Weinshenker B G, Ebers G C
Department of Clinical Neurological Sciences, University of Western Ontario, London, Canada.
Can J Neurol Sci. 1987 Aug;14(3):255-61. doi: 10.1017/s0317167100026573.
Studies which have attempted to define the outcome of multiple sclerosis (MS) have methodologic difficulties arising from patient referral biases and the length of follow-up required, which make prospective studies of an inception cohort unrealistic. Means to improve the validity of retrospective natural history studies are suggested. Results of existing series are summarized and compared.
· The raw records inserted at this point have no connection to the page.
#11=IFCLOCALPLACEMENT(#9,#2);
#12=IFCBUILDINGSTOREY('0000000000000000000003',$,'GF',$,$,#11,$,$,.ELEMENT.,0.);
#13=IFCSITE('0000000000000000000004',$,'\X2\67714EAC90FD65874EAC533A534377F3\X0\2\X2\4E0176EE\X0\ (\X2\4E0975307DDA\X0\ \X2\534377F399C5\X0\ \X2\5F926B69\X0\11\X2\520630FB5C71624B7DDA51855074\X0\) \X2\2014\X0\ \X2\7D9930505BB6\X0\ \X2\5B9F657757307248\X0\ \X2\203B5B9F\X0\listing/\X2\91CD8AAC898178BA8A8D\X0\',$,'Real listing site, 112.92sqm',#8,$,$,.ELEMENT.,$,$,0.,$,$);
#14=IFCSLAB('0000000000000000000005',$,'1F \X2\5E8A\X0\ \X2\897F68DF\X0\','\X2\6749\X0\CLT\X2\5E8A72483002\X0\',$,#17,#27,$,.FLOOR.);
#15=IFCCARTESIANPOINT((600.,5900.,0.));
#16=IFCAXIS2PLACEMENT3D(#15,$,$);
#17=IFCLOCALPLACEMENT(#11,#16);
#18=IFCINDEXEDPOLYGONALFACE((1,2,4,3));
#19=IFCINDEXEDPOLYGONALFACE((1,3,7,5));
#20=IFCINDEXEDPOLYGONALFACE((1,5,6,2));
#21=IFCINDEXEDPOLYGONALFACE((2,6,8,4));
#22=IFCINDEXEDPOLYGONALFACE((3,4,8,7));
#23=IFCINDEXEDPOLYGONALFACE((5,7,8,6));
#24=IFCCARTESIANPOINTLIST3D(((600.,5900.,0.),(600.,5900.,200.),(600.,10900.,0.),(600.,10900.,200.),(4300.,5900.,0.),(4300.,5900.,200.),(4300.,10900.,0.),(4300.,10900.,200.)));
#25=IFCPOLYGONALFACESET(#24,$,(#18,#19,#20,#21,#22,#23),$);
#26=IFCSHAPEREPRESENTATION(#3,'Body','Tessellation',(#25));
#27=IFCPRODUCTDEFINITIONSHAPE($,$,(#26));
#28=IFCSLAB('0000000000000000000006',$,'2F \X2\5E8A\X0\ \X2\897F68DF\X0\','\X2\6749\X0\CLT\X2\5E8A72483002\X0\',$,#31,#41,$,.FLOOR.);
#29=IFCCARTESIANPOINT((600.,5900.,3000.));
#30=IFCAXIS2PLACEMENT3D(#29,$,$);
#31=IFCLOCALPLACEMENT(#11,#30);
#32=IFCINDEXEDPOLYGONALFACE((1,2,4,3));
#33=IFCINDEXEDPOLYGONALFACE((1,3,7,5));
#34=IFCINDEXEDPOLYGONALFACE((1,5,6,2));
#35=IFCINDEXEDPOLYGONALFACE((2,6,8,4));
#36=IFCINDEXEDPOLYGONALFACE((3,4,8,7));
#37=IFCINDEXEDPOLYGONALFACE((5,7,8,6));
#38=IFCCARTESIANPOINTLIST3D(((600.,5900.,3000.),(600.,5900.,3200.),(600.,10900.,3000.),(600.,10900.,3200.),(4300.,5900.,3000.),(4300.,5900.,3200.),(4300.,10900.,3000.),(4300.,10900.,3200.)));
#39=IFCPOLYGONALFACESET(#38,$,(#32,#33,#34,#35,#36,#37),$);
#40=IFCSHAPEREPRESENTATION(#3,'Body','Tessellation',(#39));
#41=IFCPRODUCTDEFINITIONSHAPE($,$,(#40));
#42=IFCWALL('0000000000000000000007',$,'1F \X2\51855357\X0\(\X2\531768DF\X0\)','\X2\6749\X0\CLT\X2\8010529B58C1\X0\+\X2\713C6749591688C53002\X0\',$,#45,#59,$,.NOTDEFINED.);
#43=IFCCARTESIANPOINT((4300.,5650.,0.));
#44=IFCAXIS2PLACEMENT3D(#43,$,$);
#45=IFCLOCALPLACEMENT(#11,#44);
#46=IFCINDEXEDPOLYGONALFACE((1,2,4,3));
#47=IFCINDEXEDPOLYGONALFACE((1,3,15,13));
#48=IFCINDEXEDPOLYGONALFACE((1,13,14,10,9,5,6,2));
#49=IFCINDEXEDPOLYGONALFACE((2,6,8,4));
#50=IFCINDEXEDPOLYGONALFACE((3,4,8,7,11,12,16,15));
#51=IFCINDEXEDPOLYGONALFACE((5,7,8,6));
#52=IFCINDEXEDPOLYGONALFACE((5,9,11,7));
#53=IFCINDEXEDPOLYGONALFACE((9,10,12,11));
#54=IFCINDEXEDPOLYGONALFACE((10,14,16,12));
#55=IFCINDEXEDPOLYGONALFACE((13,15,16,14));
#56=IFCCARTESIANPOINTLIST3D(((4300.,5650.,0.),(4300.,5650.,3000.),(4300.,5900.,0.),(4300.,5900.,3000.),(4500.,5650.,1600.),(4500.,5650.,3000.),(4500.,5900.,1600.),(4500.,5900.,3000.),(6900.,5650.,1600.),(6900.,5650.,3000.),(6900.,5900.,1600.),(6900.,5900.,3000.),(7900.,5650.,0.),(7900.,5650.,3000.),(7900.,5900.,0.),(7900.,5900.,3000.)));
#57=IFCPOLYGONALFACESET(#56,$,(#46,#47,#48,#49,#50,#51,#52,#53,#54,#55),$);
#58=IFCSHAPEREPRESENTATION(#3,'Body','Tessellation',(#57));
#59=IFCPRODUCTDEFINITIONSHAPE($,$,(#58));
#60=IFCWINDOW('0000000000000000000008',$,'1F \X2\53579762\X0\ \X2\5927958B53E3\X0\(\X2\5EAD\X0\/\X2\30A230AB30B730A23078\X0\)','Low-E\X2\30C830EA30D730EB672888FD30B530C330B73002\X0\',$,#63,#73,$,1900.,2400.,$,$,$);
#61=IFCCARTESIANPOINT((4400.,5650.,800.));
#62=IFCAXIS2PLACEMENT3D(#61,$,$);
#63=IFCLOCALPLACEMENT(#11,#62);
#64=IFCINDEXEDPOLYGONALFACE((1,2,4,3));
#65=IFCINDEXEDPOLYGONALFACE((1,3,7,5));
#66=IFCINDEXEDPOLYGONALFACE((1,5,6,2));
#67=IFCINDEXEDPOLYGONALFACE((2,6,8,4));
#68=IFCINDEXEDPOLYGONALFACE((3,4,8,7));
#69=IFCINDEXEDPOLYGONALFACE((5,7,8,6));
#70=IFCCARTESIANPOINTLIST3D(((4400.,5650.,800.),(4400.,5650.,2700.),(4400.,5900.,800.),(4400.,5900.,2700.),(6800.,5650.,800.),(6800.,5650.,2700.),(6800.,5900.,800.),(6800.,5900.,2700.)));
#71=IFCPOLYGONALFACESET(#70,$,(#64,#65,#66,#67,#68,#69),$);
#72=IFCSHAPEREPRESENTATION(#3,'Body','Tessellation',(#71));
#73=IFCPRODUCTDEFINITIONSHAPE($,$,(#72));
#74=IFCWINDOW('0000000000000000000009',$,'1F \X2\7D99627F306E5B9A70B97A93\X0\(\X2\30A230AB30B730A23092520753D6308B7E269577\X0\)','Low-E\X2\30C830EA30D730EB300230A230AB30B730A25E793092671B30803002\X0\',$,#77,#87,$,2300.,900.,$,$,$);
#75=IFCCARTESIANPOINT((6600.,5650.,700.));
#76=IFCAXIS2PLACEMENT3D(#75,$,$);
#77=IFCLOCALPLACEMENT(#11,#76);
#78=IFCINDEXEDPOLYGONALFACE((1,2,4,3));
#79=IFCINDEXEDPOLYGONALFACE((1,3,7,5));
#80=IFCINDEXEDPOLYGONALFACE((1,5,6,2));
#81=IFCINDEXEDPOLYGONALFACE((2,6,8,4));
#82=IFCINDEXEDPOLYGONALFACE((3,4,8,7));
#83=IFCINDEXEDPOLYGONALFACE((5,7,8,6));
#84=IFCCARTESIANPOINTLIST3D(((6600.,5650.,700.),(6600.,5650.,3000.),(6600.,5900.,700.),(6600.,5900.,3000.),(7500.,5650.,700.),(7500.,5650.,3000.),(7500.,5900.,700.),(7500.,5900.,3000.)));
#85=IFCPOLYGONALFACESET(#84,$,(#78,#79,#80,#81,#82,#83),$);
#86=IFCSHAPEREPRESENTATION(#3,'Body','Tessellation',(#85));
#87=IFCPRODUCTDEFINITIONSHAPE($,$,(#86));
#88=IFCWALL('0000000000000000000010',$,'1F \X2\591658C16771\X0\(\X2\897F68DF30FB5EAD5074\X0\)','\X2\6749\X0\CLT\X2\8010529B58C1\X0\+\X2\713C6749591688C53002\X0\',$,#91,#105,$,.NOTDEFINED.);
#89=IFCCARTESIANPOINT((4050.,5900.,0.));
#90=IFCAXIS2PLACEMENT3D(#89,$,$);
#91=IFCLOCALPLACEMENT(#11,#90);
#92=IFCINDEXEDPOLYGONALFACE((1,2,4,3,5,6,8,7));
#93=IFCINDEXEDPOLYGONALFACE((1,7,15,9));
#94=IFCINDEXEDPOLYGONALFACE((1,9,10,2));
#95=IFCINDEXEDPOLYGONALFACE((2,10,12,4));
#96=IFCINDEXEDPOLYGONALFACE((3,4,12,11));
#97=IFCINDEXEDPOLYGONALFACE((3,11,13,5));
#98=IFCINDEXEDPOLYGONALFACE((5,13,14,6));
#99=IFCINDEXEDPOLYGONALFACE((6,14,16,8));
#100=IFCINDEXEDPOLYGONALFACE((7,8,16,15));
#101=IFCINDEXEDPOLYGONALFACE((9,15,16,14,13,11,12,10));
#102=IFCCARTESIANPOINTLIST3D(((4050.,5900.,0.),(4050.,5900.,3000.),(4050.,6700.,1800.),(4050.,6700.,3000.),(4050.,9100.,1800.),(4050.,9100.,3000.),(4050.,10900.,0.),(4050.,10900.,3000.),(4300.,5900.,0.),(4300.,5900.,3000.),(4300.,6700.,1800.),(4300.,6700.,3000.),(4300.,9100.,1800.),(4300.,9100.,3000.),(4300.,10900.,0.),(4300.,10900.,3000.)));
Survival is only rarely shortened by MS, but disability to the point of requiring aids for ambulation occurs in 30-70% of patients by 15 years from onset of symptoms. Disagreement as to the percentage of patients who are ultimately bedridden by MS likely arises in large part due to differences in patient ascertainment and follow-up. The need to develop early clinical markers for the patient at high risk for rapid development of major disability is stressed.
试图界定多发性硬化症(MS)预后的研究存在方法学上的困难,这些困难源于患者转诊偏倚以及所需的随访时间,这使得对起始队列进行前瞻性研究不切实际。文中提出了提高回顾性自然史研究有效性的方法。对现有系列研究的结果进行了总结和比较。MS很少会缩短生存期,但从症状出现起15年内,30% - 70%的患者会出现残疾到需要借助辅助器具行走的程度。对于最终因MS而卧床的患者比例存在分歧,这很可能在很大程度上是由于患者确定和随访方式的不同。强调了需要为有快速发展为严重残疾高风险的患者开发早期临床标志物。